Eduardo Gerhardt Martins Advogados

O que McDonald’s pode te ensinar sobre planejamento tributário

Você já foi ao McDonald’s e pensou: “para que comprar só o sanduíche, se no combo ainda ganho o refrigerante?”. Por trás dessa conta simples existe um planejamento tributário do combo, e ele é totalmente legal. A empresa aproveita o fato de que cada item da bandeja paga imposto de um jeito diferente. Ao montar o combo, ela desloca parte do preço para o item que já pagou imposto antes e reduz a carga sobre o conjunto.

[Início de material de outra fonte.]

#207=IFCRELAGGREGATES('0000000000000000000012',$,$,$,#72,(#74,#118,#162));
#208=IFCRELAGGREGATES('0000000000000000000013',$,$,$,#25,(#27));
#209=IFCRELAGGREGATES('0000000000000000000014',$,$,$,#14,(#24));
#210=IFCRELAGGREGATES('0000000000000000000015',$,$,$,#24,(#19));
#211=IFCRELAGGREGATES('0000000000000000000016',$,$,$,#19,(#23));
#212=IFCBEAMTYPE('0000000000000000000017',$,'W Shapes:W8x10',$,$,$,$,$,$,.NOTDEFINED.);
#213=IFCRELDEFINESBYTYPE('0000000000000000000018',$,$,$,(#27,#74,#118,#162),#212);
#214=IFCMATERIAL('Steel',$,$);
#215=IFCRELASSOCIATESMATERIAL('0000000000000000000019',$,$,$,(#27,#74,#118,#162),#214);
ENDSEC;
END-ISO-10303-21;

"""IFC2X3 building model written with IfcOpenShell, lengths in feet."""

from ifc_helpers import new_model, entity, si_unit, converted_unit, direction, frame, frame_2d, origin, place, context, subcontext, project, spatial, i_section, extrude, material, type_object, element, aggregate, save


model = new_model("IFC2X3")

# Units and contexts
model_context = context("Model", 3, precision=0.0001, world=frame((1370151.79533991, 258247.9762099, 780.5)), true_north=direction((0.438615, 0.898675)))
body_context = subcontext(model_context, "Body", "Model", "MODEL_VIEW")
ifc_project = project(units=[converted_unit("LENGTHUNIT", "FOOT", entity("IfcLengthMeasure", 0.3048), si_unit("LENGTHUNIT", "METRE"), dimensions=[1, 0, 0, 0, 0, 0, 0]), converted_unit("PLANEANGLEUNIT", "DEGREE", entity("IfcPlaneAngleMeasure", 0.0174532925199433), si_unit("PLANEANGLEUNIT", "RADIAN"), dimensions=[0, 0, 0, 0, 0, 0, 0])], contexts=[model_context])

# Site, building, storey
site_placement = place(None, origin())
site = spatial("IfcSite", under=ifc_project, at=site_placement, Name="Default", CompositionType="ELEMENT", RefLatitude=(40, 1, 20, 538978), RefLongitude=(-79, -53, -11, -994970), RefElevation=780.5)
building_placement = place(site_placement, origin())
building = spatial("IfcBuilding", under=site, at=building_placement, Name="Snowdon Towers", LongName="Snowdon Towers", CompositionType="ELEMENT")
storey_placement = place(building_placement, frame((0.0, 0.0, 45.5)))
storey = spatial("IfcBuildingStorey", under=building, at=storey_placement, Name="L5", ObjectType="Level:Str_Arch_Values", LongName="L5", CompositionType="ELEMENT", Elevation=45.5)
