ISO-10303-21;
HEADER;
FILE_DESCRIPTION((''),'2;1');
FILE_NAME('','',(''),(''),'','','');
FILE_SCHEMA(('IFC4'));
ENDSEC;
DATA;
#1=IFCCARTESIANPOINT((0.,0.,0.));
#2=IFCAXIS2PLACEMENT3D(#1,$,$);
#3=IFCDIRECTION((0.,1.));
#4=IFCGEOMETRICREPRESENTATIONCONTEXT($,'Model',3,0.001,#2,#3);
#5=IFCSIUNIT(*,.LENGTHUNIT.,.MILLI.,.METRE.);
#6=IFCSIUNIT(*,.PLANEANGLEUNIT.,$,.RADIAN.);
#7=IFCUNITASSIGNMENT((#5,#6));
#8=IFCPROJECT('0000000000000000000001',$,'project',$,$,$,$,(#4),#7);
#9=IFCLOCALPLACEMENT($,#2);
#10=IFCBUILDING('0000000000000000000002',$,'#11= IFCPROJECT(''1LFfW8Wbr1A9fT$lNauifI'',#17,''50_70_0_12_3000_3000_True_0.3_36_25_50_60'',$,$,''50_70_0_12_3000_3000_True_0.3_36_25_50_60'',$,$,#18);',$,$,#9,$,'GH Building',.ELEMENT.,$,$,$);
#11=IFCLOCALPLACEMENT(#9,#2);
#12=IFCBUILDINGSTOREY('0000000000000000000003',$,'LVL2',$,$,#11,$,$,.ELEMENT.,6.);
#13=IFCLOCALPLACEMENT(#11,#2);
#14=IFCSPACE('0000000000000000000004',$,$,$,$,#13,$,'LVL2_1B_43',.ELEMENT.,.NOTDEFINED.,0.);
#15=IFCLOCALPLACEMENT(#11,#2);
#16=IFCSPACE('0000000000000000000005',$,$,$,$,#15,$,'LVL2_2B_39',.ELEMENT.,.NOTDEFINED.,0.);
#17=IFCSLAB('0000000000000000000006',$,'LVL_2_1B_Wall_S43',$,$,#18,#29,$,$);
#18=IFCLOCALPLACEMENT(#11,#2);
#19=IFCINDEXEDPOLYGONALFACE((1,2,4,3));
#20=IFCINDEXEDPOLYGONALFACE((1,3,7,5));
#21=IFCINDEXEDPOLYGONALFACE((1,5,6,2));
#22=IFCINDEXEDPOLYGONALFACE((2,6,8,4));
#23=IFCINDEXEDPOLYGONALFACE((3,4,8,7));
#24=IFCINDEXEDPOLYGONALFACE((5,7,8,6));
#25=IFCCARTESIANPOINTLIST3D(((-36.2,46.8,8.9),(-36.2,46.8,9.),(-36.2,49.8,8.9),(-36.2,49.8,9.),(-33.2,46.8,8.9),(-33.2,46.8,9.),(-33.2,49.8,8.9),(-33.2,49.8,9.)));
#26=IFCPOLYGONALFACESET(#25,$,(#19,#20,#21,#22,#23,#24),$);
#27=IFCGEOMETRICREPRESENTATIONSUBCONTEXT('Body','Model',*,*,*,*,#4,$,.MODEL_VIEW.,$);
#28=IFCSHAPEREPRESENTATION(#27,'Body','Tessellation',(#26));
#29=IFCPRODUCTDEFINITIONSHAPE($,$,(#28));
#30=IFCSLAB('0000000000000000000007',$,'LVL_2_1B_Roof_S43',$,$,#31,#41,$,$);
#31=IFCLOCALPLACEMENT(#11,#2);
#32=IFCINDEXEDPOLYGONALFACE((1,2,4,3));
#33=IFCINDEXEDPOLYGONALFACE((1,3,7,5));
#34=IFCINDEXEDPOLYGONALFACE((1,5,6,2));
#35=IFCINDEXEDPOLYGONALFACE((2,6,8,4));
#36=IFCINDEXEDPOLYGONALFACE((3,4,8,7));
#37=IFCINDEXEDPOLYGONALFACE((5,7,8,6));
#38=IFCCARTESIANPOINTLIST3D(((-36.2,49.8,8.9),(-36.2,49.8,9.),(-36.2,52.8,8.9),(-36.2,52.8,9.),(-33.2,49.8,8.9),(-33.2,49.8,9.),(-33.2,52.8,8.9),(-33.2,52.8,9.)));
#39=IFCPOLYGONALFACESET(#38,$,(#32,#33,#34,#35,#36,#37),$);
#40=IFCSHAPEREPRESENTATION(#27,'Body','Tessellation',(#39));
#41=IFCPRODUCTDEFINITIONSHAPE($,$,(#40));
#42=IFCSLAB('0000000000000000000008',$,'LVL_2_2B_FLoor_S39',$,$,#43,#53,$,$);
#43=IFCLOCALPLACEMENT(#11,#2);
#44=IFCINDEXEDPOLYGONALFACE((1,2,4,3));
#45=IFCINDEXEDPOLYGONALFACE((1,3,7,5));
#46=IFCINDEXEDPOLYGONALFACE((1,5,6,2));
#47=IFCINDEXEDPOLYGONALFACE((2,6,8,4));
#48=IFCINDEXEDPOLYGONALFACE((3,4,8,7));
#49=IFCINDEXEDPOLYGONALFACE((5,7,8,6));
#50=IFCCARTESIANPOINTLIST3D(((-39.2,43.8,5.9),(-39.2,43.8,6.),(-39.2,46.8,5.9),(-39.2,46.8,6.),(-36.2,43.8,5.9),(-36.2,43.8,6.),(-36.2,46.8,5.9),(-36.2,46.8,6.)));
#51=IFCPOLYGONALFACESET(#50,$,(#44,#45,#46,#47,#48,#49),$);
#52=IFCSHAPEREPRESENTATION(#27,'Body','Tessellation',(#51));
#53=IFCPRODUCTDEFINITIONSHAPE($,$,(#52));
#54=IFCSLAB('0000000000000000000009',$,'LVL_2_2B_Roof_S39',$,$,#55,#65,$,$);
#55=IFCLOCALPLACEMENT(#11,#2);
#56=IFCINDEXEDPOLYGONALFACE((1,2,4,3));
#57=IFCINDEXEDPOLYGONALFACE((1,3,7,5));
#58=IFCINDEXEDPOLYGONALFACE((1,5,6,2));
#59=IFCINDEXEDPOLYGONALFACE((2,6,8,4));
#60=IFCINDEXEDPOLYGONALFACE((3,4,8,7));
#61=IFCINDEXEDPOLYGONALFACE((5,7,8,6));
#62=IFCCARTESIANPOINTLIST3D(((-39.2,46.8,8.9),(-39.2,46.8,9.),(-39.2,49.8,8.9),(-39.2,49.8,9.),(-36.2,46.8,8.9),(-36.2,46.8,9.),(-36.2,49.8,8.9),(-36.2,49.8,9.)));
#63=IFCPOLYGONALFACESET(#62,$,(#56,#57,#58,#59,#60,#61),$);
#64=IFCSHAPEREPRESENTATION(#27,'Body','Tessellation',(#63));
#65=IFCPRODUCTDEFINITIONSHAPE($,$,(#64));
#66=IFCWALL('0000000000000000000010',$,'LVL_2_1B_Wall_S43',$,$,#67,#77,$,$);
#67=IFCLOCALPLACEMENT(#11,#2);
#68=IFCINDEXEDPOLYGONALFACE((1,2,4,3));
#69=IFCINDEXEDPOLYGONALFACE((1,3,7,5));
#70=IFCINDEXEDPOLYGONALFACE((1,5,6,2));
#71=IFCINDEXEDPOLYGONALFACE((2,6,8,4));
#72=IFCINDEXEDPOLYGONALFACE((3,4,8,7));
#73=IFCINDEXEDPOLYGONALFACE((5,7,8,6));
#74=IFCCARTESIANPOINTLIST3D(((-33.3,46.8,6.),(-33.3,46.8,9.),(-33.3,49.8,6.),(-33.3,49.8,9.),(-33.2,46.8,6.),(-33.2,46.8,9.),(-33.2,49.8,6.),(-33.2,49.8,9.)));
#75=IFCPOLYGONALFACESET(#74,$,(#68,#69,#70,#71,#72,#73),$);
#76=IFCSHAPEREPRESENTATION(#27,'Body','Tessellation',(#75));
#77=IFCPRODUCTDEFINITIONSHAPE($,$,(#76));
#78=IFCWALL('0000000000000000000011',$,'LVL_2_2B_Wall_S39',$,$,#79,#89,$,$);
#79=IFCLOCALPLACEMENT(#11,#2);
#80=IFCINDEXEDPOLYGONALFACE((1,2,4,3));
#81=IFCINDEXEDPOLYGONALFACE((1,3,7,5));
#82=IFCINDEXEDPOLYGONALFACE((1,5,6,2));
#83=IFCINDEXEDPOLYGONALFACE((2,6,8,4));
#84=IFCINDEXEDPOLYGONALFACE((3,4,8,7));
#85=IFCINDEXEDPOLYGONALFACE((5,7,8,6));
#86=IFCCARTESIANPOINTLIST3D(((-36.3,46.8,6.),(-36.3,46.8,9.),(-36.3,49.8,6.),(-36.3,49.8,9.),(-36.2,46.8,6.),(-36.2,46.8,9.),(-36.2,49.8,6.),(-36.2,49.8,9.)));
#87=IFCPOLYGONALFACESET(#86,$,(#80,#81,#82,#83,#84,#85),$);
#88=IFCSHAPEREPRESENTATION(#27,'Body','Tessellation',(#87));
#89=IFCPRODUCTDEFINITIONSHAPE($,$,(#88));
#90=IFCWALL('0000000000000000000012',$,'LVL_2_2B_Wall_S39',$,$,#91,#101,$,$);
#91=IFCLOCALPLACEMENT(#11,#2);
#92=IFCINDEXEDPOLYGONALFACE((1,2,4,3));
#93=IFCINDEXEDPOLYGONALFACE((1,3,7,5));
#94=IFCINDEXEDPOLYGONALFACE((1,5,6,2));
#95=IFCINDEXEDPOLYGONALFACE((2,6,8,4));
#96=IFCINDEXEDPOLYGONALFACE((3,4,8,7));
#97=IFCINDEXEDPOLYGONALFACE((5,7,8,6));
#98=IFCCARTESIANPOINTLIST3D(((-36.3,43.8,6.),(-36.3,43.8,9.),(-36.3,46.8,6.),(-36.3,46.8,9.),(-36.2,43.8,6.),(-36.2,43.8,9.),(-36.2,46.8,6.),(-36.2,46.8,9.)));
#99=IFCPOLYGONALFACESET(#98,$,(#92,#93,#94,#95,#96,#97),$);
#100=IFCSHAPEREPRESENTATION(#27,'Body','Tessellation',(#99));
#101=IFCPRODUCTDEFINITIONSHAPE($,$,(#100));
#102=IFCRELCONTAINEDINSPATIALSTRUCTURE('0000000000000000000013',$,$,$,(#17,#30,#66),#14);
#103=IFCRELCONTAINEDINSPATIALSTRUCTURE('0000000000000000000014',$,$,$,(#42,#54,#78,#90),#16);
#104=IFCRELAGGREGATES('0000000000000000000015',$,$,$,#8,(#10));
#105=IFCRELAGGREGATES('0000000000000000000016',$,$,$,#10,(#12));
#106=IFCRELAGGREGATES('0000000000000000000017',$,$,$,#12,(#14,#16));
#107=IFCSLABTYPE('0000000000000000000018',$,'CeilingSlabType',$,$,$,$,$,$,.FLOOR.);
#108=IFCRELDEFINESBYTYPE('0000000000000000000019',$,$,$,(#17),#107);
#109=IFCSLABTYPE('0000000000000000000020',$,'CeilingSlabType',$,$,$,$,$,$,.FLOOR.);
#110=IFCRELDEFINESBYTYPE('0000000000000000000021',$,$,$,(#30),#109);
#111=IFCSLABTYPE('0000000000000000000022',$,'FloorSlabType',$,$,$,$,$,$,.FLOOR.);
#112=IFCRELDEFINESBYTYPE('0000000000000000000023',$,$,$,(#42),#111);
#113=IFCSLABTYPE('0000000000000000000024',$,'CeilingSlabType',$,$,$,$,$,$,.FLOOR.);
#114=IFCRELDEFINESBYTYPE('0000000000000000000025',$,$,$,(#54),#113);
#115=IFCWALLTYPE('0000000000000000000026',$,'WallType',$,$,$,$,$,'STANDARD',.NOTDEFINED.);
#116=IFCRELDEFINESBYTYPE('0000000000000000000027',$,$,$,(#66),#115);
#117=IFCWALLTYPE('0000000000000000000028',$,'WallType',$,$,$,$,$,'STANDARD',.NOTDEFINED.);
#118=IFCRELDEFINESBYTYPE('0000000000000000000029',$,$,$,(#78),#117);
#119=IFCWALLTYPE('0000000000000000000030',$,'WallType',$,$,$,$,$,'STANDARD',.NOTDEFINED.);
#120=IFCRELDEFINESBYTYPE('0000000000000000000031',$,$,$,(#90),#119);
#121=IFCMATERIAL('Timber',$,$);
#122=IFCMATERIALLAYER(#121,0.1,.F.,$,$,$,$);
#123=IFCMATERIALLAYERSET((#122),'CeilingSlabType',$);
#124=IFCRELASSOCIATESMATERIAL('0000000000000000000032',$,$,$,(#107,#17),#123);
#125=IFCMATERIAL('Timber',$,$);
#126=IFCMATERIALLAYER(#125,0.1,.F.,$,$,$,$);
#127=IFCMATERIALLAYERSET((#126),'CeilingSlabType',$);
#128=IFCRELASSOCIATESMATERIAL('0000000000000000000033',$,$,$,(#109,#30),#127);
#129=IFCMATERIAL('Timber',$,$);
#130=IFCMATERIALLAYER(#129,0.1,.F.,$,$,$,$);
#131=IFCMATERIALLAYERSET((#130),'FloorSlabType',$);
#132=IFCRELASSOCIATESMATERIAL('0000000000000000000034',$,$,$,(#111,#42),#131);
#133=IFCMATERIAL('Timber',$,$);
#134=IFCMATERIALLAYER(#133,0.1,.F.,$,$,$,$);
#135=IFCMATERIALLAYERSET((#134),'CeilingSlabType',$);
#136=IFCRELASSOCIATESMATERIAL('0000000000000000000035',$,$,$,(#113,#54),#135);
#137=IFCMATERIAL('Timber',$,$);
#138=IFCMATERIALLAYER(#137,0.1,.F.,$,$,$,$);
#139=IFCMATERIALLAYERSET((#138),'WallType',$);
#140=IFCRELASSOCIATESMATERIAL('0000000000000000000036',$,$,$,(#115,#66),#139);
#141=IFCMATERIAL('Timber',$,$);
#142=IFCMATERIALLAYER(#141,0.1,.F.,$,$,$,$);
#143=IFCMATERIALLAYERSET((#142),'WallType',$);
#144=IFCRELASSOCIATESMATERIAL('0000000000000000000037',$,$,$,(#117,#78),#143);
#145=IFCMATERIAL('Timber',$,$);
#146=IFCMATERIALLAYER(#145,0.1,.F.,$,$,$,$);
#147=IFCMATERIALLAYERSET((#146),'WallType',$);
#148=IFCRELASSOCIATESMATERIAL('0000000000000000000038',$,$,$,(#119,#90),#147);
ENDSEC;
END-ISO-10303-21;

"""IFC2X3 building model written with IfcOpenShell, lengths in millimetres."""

from ifc_helpers import new_model, si_unit, direction, frame, frame_2d, origin, place, context, subcontext, project, spatial, rectangle, extrude, material, layer, layer_set, layer_usage, type_object, element, save


model = new_model("IFC2X3")

# Units and contexts
model_context = context("Model", 3, precision=0.001, world=origin(), true_north=direction((0.0, 1.0)))
body_context = subcontext(model_context, "Body", "Model", "MODEL_VIEW")
ifc_project = project(units=[si_unit("LENGTHUNIT", "METRE", prefix="MILLI"), si_unit("PLANEANGLEUNIT", "RADIAN")], contexts=[model_context])

# Building, storey
building_placement = place(None, origin())
building = spatial("IfcBuilding", under=ifc_project, at=building_placement, Name="#11= IFCPROJECT('1LFfW8Wbr1A9fT$lNauifI',#17,'50_70_0_12_3000_3000_True_0.3_36_25_50_60',$,$,'50_70_0_12_3000_3000_True_0.3_36_25_50_60',$,$,#18);", LongName="GH Building", CompositionType="ELEMENT")
storey_placement = place(building_placement, origin())
storey = spatial("IfcBuildingStorey", under=building, at=storey_placement, Name="LVL2", CompositionType="ELEMENT", Elevation=6.0)

# Shared definitions
space_1_placement = place(storey_placement, origin())
space_1 = spatial("IfcSpace", under=storey, at=space_1_placement, LongName="LVL2_1B_43", CompositionType="ELEMENT", InteriorOrExteriorSpace="NOTDEFINED", ElevationWithFlooring=0.0)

No cálculo que circulou em 2022, essa engenharia rendia cerca de 7% a mais de lucro. A boa notícia para o Fisco, e o alerta para o empresário, é que o truque está com os dias contados. Desde 1º de janeiro de 2026, o país testa o novo modelo da Reforma Tributária, que muda justamente a base em que o combo se apoiava. Vale entender como a ideia funciona, onde está o limite e o que a Reforma altera.

Como funciona o planejamento tributário do combo

O ponto de partida é o refrigerante. Ele segue regimes que concentram o imposto no começo da cadeia: a substituição tributária do Imposto sobre Circulação de Mercadorias e Serviços (ICMS) e a cobrança concentrada de PIS e Cofins. Na prática, a indústria recolhe esses tributos lá atrás, por toda a cadeia, na própria fábrica. Quando a lanchonete vende o refrigerante ao consumidor, não recolhe de novo ICMS, PIS e Cofins sobre ele. Os outros itens do combo, como o sanduíche e a batata, pagam imposto normalmente na venda.

A conclusão é direta. Se o refrigerante já quitou o imposto na origem, quanto maior a fatia do preço atribuída a ele, menor a base que sobra para os itens tributados no balcão. Por isso, colocar um valor mais alto no refrigerante dentro do combo reduz a carga total. O post original chamou isso de “transferência de preços”. O termo é intuitivo, mas não se confunde com os preços de transferência (transfer pricing), que tratam de operações entre partes relacionadas. Aqui, a ideia é a alocação do preço do combo entre itens de tributação diferente.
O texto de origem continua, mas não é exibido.